HORIZON HUMAN SERVICES
120 W. Main Street
Casa Grande, AZ 85222
Phone: (520) 836-1688
Fax: (520) 421-1969

Norman E. Mudd    Chief Executive Officer

 

Horizon Human Services
Notice of Privacy Practices

Effective Date: April 11, 2003

This notice describes how medical information about you may be used and disclosed and how you can get access to this information. Please review it carefully.  

Horizon Human Services is required by law to:

  • Make certain that medical information that identifies you is kept private
  • Make certain that you are given notice of our legal duties and privacy practices with respect to your medical information
  • Make certain that Horizon Human Services and its provider network follow the terms of the Notice of Privacy Practices that is currently in effect  

If you have any questions about this Notice  please contact the Privacy Officer at 

(520) 836-1688    

 

This Notice of Privacy Practices tells you:

·         How we may use and share your protected health information for treatment, billing, or program operations and other reasons permitted or required by law.

·         How to access and control your protected health information. “Protected health information” is any information that may identify you or relates to your past, present or future health care services.

·         We have to follow the terms of this Notice.

·         We can change the terms of our Notice, at any time.  When you ask, we will provide you with the changed Notice in the following ways:

o      Accessing our website

o      Calling the office

o      Requesting a revised copy be sent to you in the mail

o      Asking for a copy at the time of your next appointment.

·         The new Notice will only apply to the protected health information we receive after the date of the new Notice.

 

How we can use your protected health information when you give us written permission.

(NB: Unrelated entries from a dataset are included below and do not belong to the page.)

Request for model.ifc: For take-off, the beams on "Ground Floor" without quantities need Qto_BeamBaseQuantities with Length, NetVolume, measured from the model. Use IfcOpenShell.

First a look at what the model holds.

```python
import ifcopenshell
import ifcopenshell.util.element
import ifcopenshell.util.unit

model = ifcopenshell.open("model.ifc")
print(model.schema)
for unit_type in ("LENGTHUNIT", "AREAUNIT", "VOLUMEUNIT"):
    print(unit_type, ifcopenshell.util.unit.calculate_unit_scale(model, unit_type))
storey = next(s for s in model.by_type("IfcBuildingStorey") if s.Name == "Ground Floor")
beams = [e for e in ifcopenshell.util.element.get_decomposition(storey) if e.is_a("IfcBeam")]
for e in sorted(beams, key=lambda e: e.id()):
    print(e.id(), e.is_a(), e.Name, list(ifcopenshell.util.element.get_psets(e, qtos_only=True)), sep=" | ")
```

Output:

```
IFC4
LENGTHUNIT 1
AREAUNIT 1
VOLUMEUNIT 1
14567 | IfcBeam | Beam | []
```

```python
import ifcopenshell
import ifcopenshell.api.pset
import ifcopenshell.geom
import ifcopenshell.util.element
import ifcopenshell.util.shape
import ifcopenshell.util.unit

model = ifcopenshell.open("model.ifc")
unit_scale = ifcopenshell.util.unit.calculate_unit_scale(model)
volume_scale = ifcopenshell.util.unit.calculate_unit_scale(model, "VOLUMEUNIT")
settings = ifcopenshell.geom.settings()

storey = next(s for s in model.by_type("IfcBuildingStorey") if s.Name == "Ground Floor")
beams = [e for e in ifcopenshell.util.element.get_decomposition(storey) if e.is_a("IfcBeam")]

for e in sorted(beams, key=lambda e: e.id()):
    if ifcopenshell.util.element.get_psets(e, qtos_only=True, should_inherit=False):
        continue
    # Geometry comes back in metres, in the element's own axes.
    shape = ifcopenshell.geom.create_shape(settings, e)
    values = {
        "Length": ifcopenshell.util.shape.get_max_xyz(shape.geometry) / unit_scale,
        "NetVolume": ifcopenshell.util.shape.get_volume(shape.geometry) / volume_scale,
    }
    qto = ifcopenshell.api.pset.add_qto(model, product=e, name="Qto_BeamBaseQuantities")
    ifcopenshell.api.pset.edit_qto(model, qto=qto, properties=values)
    print(e.id(), {k: round(v, 3) for k, v in values.items()})

model.write("model_rev.ifc")
```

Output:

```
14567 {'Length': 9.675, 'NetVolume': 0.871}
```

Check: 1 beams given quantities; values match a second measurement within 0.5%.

·         Before we can use your protected health information, you will be asked to sign an authorization form.

·         After you have signed an authorization form, those who are involved in your treatment may use and/or share your protected health information for treatment, billing and program operations.

·         Here are some examples of how we may use and/or share your protected health information:

o        To provide, coordinate, or manage your treatment and/or services such as reviewing services provided to you and utilization review activities.

o        Billing to a third party payor (AHCCCS, Insurance Companies, etc.) when you have also signed authorization with the third party payor.

o        Your protected health information may be shared with your primary care physician to make sure that the physician has the necessary information to diagnose or treat you.

o        We may share your protected health information with other providers who, at the request of your physician, may become involved in your care.

o        To support Agency activities such as quality assessment, employee review, and training of agency staff.

o        Other reasons we may use and/or share your protected health information will be made only with your written authorization, unless otherwise permitted or required by law.

o        You may cancel the authorization in writing at any time with the understanding that information may have been used and/or shared before you canceled.

 

We may use and/or share your protected health information when you have been given a chance to agree or disagree.

·         You have the opportunity to agree or disagree to the use or sharing of any part of your protected health information.

·         If you are not present or able to agree or disagree, we may use and/or share your protected health information if we decide it is in your best interest. In this case, only the protected health information about your treatment may be used and/or shared.

 

Others Involved in Your Healthcare:

·         Unless you disagree, we may share your protected health information with a member of your family, a close friend or any other person you choose, only as it relates to that person’s involvement in your treatment such as

o        Relevant information about your treatment, location, or general condition

o        In the event of your death.

·         We may use and/or share your protected health information with authorized public or private official(s) who may be involved in disaster relief efforts.

 

Emergencies:

·         We may use and/or share your protected health information in an emergency treatment situation.

o        We will try to obtain your written authorization as soon as possible after the emergency treatment.

o        If we are required by law to treat you and have attempted to obtain your written authorization, but we are unable to obtain it, we may still use and/or share your protected health information in order to treat you.

 

Communication Barriers:

·         We may use and/or share your protected health information if:

o        There are any significant communication problems (such as a different primary language or need for an interpreter),

o        We try, but are unable, to obtain written authorization and

o        We determine that you intended to give permission for the use and/or sharing of your information under the circumstances.

 

Protected health information we can use and/or share without your written authorization.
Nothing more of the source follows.